Exercise objective: Indicate how many lines in the listing below contain the word "IFCOPENINGELEMENT". No other output is permitted.
+++ Data for this task
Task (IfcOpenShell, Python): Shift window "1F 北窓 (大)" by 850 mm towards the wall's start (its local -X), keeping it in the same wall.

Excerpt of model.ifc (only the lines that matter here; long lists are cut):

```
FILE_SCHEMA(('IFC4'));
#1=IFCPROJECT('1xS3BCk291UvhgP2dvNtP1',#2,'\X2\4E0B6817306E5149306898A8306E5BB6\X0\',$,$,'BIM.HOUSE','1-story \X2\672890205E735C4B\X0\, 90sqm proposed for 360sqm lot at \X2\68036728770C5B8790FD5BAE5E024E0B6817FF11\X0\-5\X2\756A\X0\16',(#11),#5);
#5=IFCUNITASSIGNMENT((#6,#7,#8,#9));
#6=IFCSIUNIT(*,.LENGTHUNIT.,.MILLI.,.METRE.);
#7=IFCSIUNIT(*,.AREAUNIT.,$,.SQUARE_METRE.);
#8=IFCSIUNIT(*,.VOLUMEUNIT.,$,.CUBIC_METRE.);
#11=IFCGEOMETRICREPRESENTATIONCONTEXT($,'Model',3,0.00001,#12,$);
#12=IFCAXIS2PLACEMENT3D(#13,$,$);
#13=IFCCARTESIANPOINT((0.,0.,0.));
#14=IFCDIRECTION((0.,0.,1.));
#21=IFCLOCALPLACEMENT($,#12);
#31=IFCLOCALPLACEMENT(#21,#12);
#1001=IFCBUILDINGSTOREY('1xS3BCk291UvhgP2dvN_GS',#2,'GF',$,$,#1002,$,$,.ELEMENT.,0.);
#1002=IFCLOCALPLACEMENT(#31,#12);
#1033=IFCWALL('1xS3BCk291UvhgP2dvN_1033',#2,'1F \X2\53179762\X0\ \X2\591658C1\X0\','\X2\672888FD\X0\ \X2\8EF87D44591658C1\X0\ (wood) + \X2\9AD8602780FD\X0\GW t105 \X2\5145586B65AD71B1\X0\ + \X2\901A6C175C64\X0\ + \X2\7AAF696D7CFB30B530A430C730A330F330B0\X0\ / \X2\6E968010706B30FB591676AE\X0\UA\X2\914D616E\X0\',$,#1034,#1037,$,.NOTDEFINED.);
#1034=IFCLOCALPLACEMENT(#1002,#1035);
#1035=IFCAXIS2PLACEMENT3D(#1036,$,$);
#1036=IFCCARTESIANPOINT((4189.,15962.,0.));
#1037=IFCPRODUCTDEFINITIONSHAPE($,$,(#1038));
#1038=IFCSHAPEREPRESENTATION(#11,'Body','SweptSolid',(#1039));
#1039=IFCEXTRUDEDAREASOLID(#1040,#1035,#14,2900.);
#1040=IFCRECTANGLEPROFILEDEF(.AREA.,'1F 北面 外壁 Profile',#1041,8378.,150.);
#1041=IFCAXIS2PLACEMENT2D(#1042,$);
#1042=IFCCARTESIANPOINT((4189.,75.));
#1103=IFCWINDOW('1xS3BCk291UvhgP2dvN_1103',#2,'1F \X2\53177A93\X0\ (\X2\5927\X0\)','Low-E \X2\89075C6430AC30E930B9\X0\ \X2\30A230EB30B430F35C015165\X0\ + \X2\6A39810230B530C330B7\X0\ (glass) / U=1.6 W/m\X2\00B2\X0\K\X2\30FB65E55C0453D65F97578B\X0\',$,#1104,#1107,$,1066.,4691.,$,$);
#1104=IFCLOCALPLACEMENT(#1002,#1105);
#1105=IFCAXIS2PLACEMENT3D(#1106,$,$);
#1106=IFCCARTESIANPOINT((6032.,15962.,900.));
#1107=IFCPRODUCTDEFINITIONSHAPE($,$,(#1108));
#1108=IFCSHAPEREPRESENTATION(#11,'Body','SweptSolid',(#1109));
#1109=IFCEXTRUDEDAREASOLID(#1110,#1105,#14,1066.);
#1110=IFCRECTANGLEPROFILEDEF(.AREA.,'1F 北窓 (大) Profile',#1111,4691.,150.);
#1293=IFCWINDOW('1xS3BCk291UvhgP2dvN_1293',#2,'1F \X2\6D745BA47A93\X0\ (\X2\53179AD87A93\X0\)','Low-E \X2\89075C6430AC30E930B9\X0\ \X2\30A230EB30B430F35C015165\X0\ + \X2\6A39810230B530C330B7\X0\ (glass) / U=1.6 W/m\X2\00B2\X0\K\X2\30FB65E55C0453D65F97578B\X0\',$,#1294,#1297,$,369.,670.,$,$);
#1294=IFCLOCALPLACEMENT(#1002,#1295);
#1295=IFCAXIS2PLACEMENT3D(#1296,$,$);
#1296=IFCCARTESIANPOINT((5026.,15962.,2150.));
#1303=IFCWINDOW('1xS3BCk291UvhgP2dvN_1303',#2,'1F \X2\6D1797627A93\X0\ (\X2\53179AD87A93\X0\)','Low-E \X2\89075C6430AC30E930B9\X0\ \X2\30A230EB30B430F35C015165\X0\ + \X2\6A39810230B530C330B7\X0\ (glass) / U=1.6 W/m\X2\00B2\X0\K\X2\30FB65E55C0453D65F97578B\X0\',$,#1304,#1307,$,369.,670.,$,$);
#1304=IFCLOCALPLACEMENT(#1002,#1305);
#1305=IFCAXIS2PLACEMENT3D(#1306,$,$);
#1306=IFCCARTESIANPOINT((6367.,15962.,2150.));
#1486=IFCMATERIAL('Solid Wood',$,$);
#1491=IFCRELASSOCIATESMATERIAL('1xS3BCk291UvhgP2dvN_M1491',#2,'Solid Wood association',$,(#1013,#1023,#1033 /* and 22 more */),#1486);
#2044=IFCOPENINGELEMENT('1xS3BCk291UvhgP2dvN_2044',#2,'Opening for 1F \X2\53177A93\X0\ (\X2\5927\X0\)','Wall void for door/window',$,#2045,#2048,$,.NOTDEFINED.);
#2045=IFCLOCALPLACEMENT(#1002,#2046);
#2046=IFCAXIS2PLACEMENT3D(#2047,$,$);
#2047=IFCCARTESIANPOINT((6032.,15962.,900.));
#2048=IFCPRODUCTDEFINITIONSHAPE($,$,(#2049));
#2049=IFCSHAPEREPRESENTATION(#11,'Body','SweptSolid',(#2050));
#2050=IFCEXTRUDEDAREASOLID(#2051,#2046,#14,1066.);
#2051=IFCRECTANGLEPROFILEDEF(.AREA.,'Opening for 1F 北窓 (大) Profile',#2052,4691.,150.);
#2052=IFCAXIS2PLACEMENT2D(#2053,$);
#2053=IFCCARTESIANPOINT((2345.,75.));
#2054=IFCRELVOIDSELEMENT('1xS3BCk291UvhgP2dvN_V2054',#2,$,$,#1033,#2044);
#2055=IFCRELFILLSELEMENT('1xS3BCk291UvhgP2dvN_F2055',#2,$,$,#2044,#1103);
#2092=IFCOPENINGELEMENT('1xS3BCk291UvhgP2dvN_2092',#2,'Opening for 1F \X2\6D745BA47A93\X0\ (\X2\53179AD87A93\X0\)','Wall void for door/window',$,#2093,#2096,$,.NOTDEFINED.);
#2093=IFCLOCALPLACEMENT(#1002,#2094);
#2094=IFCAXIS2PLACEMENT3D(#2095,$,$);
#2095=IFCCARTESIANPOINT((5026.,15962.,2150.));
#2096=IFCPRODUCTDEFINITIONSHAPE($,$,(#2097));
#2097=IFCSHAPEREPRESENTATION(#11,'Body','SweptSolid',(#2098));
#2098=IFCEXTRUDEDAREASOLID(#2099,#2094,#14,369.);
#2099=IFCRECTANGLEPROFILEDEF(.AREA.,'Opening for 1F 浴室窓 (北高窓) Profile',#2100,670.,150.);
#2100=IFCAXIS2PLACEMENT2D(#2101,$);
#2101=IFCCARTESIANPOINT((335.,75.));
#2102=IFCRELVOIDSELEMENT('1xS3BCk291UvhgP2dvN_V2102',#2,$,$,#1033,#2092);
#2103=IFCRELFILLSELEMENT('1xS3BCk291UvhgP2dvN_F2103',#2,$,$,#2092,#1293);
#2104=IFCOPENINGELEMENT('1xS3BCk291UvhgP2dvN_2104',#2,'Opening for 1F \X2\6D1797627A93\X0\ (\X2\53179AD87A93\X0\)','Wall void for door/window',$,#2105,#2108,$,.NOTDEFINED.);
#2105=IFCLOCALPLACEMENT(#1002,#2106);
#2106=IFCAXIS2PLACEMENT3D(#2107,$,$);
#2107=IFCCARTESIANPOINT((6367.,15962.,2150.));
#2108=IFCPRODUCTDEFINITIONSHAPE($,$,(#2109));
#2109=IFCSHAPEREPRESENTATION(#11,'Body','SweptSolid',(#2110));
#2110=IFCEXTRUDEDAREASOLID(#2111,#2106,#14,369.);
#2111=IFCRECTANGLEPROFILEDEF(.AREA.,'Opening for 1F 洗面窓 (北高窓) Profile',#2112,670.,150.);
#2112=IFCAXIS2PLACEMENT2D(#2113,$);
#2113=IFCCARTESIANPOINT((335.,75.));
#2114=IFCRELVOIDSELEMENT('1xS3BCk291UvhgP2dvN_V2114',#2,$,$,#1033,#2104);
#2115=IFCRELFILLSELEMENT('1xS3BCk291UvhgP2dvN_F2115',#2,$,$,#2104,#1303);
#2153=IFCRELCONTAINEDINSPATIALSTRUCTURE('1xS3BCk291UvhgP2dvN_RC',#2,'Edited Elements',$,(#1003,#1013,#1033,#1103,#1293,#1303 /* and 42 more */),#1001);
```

```python
import ifcopenshell
import ifcopenshell.api.geometry
import ifcopenshell.util.placement

model = ifcopenshell.open("model.ifc")

window = model.by_id(1103)
opening = window.FillsVoids[0].RelatingOpeningElement
wall = opening.VoidsElements[0].RelatingBuildingElement

wall_matrix = ifcopenshell.util.placement.get_local_placement(wall.ObjectPlacement)
shift = wall_matrix[:3, 0] * -850.0
before = ifcopenshell.util.placement.get_local_placement(window.ObjectPlacement)[:3, 3].copy()

# The window is not placed relative to its opening, so move both.
for product in (opening, window):
    matrix = ifcopenshell.util.placement.get_local_placement(product.ObjectPlacement)
    matrix[:3, 3] += shift
    ifcopenshell.api.geometry.edit_object_placement(model, product=product, matrix=matrix, is_si=False)

after = ifcopenshell.util.placement.get_local_placement(window.ObjectPlacement)[:3, 3]
print("window moved by", (after - before).round(3) + 0.0)

model.write("model-out.ifc")
```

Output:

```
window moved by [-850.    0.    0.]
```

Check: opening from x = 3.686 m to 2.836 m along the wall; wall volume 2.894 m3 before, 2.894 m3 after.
++++++
Reply to the exercise: 3